JPモルガン・チェースは水曜日の日中取引で3.3%下落。FRB当局者が利上げが「正当化される可能性がある」と警告したことを受けて、同行のストラテジストが売られ過ぎとの見方を示したものの、市場を覆い尽くした。
JPモルガン・チェースは水曜日の日中取引で3.3%下落。FRB当局者が利上げが「正当化される可能性がある」と警告したことを受けて、同行のストラテジストが売られ過ぎとの見方を示したものの、市場を覆い尽くした。

JPモルガン・チェースは水曜日の日中取引で3.3%下落した。ミネアポリス連銀のニール・カシュカリ総裁が、中東紛争が長期化すれば利上げが「正当化される可能性がある」と述べたことで銀行株が打撃を受け、同行自身の「懸念は行き過ぎ」との見方を覆い隠した。
「次の金利変更は利下げか利上げのいずれかになる可能性がある」とカシュカリ氏は日経に語り、ホルムズ海峡の閉鎖が家計や企業の長期的なインフレ期待に影響を与える場合、一連の利上げが「正当化される可能性がある」と付け加えた。
この下落によりJPモルガンは取引時間中の安値圏に押しやられ、金融セクター全体を押し下げた。10年国債利回りは7ベーシスポイント低下の4.49%と、4営業日ぶりの低水準となった。トレーダーが短期のFRB利上げ予想を引き下げたためだ。スワップ市場では、現在2027年3月までのFRBによる1回の利上げと、年内のECBによる2回の利上げが織り込まれている。ブレント原油は危機の中で1バレル100ドルを超えて取引されており、銀行株を金利見通しに特に敏感にしているインフレ懸念を増幅させている。
JPモルガンの株式ストラテジスト、ミスラフ・マテイカ氏は利上げシナリオに反論し、イラン紛争は2022年のインフレシナリオの再現ではないと主張した。同氏は6~12カ月後に債券利回りと原油価格が低下し、米国の雇用と賃金の伸びが弱まることでスタグフレーションのスパイラルが生じる可能性は低いと見ている。この見解は、銀行、公益事業、保険など、売られ過ぎの低ボラティリティ銘柄に逆張りの機会をもたらすと同ストラテジストは指摘する。

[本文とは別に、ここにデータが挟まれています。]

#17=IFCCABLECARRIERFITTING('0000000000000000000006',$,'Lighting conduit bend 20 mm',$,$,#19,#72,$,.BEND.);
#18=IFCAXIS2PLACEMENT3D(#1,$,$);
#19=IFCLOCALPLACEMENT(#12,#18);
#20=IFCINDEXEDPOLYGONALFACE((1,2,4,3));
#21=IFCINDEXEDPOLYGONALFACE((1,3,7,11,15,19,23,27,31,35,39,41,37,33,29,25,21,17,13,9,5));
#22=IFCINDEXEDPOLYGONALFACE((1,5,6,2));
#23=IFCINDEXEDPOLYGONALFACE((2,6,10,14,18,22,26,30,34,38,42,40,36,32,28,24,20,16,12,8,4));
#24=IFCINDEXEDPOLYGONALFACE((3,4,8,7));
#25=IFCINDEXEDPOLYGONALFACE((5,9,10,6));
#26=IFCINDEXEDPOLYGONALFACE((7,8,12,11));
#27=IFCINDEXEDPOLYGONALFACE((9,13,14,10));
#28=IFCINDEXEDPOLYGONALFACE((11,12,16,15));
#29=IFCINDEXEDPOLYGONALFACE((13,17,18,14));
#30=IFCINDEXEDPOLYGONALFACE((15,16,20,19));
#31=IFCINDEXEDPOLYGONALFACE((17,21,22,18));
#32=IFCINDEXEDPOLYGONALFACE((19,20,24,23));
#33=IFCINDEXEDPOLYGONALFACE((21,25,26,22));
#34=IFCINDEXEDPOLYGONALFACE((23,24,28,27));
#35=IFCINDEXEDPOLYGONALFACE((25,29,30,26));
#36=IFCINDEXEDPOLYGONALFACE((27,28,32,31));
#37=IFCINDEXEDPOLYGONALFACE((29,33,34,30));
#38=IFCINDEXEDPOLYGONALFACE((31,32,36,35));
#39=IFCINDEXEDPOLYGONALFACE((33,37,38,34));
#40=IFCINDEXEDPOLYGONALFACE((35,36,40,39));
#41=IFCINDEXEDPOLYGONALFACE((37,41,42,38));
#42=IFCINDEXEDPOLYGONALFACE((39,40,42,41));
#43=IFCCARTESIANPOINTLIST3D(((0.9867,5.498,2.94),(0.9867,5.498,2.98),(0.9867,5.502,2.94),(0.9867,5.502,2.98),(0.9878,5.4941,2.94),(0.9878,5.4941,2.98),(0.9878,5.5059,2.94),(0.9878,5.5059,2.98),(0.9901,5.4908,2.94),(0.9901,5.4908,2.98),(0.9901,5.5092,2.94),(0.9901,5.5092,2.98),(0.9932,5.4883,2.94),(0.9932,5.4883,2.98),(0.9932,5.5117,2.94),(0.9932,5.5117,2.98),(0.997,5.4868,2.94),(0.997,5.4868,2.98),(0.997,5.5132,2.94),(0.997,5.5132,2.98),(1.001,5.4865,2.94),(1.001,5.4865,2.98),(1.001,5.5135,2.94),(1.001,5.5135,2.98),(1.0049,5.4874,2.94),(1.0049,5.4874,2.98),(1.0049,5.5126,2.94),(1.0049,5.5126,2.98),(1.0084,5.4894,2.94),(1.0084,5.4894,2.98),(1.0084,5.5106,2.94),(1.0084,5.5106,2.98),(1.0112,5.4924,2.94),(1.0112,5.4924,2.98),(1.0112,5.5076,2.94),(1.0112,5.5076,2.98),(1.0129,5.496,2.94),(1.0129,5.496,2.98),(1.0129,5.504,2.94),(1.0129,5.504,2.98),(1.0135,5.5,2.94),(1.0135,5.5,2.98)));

今回の売りは、米国債カーブが1年ぶりの水準にフラット化する中で発生した。5年物と30年物のスプレッドは81ベーシスポイントに縮小した。この動きは、新議長ケビン・ウォーシュ体制下でFRBの金利がより長期間高止まりするとの見方をトレーダーが織り込んだことによる短期債の売りを反映している。FRBのクリストファー・ウォーラー理事(以前はハト派)は先週、次の利上げは利下げと同じくらい可能性が高いと述べ、カシュカリ氏の水曜日の発言がそのシフトを強化した。
ING、ゴールドマン・サックス、バークレイズは、原油主導のインフレが緩和しても、公的債務負担とAIへの設備投資需要を考慮すると、長期金利の高止まりは完全には解消されない可能性があると指摘している。カーブが最後にこの水準に達したのは2025年5月で、その後株式市場は持続的なボラティリティ期間に入った。金利敏感な銀行株にとって、フラットなカーブが継続すると、短期借入コストと長期貸出金利のスプレッドが縮小し、純金利マージンが圧迫される。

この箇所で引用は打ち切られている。